**Dataset records:**
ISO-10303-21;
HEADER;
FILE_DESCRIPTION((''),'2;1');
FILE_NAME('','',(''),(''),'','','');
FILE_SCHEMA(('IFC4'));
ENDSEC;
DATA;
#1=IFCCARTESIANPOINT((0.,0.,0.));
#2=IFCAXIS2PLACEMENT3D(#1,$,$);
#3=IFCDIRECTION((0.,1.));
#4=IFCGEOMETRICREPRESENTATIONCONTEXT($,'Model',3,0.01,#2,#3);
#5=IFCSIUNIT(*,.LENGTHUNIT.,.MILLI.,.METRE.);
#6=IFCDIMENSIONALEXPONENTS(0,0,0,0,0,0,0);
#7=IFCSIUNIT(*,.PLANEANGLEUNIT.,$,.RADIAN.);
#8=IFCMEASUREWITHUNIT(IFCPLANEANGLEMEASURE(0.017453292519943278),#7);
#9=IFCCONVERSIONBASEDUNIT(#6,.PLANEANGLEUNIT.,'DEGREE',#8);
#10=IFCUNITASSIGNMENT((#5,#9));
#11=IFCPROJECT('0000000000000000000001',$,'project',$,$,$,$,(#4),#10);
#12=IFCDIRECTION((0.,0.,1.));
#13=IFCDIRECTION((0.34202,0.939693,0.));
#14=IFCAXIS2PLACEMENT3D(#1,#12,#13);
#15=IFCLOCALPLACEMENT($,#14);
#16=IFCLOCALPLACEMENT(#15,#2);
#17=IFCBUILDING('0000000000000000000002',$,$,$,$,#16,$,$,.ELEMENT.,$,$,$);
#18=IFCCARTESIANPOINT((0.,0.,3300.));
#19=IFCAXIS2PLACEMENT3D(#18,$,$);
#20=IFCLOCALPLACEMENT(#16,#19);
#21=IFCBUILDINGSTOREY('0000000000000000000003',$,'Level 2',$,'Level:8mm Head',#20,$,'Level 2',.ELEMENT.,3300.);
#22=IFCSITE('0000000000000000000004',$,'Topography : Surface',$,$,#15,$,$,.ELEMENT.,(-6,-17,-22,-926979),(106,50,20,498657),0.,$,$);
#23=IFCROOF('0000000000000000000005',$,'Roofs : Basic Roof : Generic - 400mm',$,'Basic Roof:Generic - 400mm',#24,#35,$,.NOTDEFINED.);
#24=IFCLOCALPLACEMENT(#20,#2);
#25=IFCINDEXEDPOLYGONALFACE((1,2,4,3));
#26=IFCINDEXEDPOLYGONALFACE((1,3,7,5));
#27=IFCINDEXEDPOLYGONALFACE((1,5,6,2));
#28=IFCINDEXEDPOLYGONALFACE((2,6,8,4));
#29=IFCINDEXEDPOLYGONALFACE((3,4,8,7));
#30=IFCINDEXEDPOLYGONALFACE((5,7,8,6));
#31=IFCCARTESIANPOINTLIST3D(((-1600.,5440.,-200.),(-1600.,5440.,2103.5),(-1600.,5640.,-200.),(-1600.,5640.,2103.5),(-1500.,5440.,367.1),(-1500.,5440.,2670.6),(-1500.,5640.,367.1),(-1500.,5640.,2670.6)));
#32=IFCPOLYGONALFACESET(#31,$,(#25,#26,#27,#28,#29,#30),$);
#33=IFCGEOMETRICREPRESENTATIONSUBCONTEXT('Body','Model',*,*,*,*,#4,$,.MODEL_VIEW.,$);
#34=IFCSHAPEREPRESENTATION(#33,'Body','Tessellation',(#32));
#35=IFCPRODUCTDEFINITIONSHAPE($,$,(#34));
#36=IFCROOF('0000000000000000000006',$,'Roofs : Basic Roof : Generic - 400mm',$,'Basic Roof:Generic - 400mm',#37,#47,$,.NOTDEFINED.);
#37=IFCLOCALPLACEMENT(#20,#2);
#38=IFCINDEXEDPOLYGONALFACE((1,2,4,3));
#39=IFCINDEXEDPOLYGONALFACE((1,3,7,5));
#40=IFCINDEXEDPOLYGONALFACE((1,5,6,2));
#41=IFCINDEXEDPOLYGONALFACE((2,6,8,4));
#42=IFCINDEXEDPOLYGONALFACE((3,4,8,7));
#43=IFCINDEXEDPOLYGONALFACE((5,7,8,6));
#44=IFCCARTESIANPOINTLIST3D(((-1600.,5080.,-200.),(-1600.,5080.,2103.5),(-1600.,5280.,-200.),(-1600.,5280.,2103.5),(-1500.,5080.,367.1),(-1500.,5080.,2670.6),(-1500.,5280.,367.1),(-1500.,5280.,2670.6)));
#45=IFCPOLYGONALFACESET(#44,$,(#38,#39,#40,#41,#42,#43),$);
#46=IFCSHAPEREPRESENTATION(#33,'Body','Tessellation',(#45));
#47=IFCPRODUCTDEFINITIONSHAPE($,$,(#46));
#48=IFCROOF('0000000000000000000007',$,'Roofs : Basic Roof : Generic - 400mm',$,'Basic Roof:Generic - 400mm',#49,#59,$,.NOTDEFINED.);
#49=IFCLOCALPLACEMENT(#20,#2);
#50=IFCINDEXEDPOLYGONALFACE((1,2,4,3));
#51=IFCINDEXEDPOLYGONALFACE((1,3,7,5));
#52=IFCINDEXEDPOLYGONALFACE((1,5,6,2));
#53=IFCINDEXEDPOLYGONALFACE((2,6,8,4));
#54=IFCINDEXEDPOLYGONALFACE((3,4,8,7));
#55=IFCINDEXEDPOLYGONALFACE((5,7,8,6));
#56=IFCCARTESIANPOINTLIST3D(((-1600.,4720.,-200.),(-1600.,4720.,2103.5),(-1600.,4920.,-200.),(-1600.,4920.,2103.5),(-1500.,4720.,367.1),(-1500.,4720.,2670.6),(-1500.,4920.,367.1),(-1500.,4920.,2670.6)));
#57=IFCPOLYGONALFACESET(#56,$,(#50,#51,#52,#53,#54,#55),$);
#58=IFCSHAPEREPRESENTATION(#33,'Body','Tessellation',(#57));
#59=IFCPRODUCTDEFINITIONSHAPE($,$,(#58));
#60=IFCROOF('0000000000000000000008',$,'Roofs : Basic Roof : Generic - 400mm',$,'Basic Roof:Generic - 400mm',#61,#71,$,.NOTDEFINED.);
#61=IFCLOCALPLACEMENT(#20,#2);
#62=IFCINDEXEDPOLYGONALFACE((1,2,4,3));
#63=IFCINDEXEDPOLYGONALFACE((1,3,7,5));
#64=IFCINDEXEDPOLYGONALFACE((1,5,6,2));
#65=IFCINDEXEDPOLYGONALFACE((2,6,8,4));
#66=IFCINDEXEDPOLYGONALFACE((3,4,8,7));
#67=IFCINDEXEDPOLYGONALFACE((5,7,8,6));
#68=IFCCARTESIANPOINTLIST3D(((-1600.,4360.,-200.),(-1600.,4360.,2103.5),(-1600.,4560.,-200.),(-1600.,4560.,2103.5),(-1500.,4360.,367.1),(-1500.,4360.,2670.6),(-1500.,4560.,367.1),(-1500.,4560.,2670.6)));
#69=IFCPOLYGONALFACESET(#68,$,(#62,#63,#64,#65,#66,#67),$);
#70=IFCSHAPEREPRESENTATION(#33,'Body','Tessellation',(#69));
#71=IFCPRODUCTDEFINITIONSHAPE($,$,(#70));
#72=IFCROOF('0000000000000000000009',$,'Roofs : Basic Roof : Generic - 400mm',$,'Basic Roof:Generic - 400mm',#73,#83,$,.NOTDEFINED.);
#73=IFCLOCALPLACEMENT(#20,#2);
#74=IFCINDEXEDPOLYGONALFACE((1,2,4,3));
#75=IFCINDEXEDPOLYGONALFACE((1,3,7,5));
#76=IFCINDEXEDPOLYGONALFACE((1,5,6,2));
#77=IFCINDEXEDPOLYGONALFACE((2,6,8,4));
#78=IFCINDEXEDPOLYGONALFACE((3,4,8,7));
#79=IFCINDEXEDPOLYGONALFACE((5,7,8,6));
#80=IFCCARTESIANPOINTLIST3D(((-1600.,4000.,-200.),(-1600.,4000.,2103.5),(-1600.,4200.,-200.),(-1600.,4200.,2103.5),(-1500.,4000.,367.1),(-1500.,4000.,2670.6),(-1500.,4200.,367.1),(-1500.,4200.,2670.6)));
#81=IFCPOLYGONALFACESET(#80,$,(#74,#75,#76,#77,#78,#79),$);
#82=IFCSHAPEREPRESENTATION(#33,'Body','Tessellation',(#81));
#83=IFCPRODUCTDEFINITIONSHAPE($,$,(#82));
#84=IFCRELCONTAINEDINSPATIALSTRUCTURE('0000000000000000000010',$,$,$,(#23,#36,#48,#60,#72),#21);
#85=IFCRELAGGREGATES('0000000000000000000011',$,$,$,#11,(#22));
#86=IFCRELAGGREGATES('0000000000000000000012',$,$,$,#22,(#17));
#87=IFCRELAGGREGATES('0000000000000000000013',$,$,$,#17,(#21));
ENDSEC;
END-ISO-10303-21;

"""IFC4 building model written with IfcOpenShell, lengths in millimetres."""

from ifc_helpers import new_model, entity, si_unit, converted_unit, direction, frame, origin, place, context, subcontext, project, spatial, indexed_curve, outline, extrude, element, save


model = new_model("IFC4")

# Units and contexts
model_context = context("Model", 3, precision=0.01, world=origin(), true_north=direction((0.0, 1.0)))
body_context = subcontext(model_context, "Body", "Model", "MODEL_VIEW")
ifc_project = project(units=[si_unit("LENGTHUNIT", "METRE", prefix="MILLI"), converted_unit("PLANEANGLEUNIT", "DEGREE", entity("IfcPlaneAngleMeasure", 0.017453292519943278), si_unit("PLANEANGLEUNIT", "RADIAN"), dimensions=[0, 0, 0, 0, 0, 0, 0])], contexts=[model_context])

# Site, building, storey
site_placement = place(None, frame((0.0, 0.0, 0.0), z_axis=(0.0, 0.0, 1.0), x_axis=(0.34202, 0.939693, 0.0)))
site = spatial("IfcSite", under=ifc_project, at=site_placement, Name="Topography : Surface", CompositionType="ELEMENT", RefLatitude=(-6, -17, -22, -926979), RefLongitude=(106, 50, 20, 498657), RefElevation=0.0)
building_placement = place(site_placement, origin())
building = spatial("IfcBuilding", under=site, at=building_placement, CompositionType="ELEMENT")
storey_placement = place(building_placement, frame((0.0, 0.0, 3300.0)))
storey = spatial("IfcBuildingStorey", under=building, at=storey_placement, Name="Level 2", ObjectType="Level:8mm Head", LongName="Level 2", CompositionType="ELEMENT", Elevation=3300.0)

# Roofs
roof_1_placement = place(storey_placement, frame((-1600.0, 5440.0, -200.0)))
element("IfcRoof", 1, at=roof_1_placement, inside=storey, Name="Roofs : Basic Roof : Generic - 400mm", ObjectType="Basic Roof:Generic - 400mm", PredefinedType="NOTDEFINED", context=body_context, shape_type="SweptSolid", body=[
    extrude(outline(indexed_curve([(-287.9, 100.0), (-287.9, -100.0), (287.9, -100.0), (287.9, 100.0), (-287.9, 100.0)], self_intersect=False)), frame((50.0, 100.0, 283.6), z_axis=(-0.984808, 0.0, 0.173648), x_axis=(0.173648, 0.0, 0.984808)), (0.984808, 0.0, 0.173648), 2303.5),
])
roof_2_placement = place(storey_placement, frame((-1600.0, 5080.0, -200.0)))
element("IfcRoof", 2, at=roof_2_placement, inside=storey, Name="Roofs : Basic Roof : Generic - 400mm", ObjectType="Basic Roof:Generic - 400mm", PredefinedType="NOTDEFINED", context=body_context, shape_type="SweptSolid", body=[
    extrude(outline(indexed_curve([(-287.9, 100.0), (-287.9, -100.0), (287.9, -100.0), (287.9, 100.0), (-287.9, 100.0)], self_intersect=False)), frame((50.0, 100.0, 283.6), z_axis=(-0.984808, 0.0, 0.173648), x_axis=(0.173648, 0.0, 0.984808)), (0.984808, 0.0, 0.173648), 2303.5),
])
roof_3_placement = place(storey_placement, frame((-1600.0, 4720.0, -200.0)))
element("IfcRoof", 3, at=roof_3_placement, inside=storey, Name="Roofs : Basic Roof : Generic - 400mm", ObjectType="Basic Roof:Generic - 400mm", PredefinedType="NOTDEFINED", context=body_context, shape_type="SweptSolid", body=[
    extrude(outline(indexed_curve([(-287.9, 100.0), (-287.9, -100.0), (287.9, -100.0), (287.9, 100.0), (-287.9, 100.0)], self_intersect=False)), frame((50.0, 100.0, 283.6), z_axis=(-0.984808, 0.0, 0.173648), x_axis=(0.173648, 0.0, 0.984808)), (0.984808, 0.0, 0.173648), 2303.5),
])
roof_4_placement = place(storey_placement, frame((-1600.0, 4360.0, -200.0)))
element("IfcRoof", 4, at=roof_4_placement, inside=storey, Name="Roofs : Basic Roof : Generic - 400mm", ObjectType="Basic Roof:Generic - 400mm", PredefinedType="NOTDEFINED", context=body_context, shape_type="SweptSolid", body=[
    extrude(outline(indexed_curve([(-287.9, 100.0), (-287.9, -100.0), (287.9, -100.0), (287.9, 100.0), (-287.9, 100.0)], self_intersect=False)), frame((50.0, 100.0, 283.6), z_axis=(-0.984808, 0.0, 0.173648), x_axis=(0.173648, 0.0, 0.984808)), (0.984808, 0.0, 0.173648), 2303.5),
])
roof_5_placement = place(storey_placement, frame((-1600.0, 4000.0, -200.0)))
element("IfcRoof", 5, at=roof_5_placement, inside=storey, Name="Roofs : Basic Roof : Generic - 400mm", ObjectType="Basic Roof:Generic - 400mm", PredefinedType="NOTDEFINED", context=body_context, shape_type="SweptSolid", body=[
    extrude(outline(indexed_curve([(-287.9, 100.0), (-287.9, -100.0), (287.9, -100.0), (287.9, 100.0), (-287.9, 100.0)], self_intersect=False)), frame((50.0, 100.0, 283.6), z_axis=(-0.984808, 0.0, 0.173648), x_axis=(0.173648, 0.0, 0.984808)), (0.984808, 0.0, 0.173648), 2303.5),
])

save(model, "model.ifc")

**What needs to be done:**
Lines after the one containing "#3=IFCDIRECTION((0.,1.));" are not part of the task. Output the entries exactly from their first line through that one.

**Exercise output:**
ISO-10303-21;
HEADER;
FILE_DESCRIPTION((''),'2;1');
FILE_NAME('','',(''),(''),'','','');
FILE_SCHEMA(('IFC4'));
ENDSEC;
DATA;
#1=IFCCARTESIANPOINT((0.,0.,0.));
#2=IFCAXIS2PLACEMENT3D(#1,$,$);
#3=IFCDIRECTION((0.,1.));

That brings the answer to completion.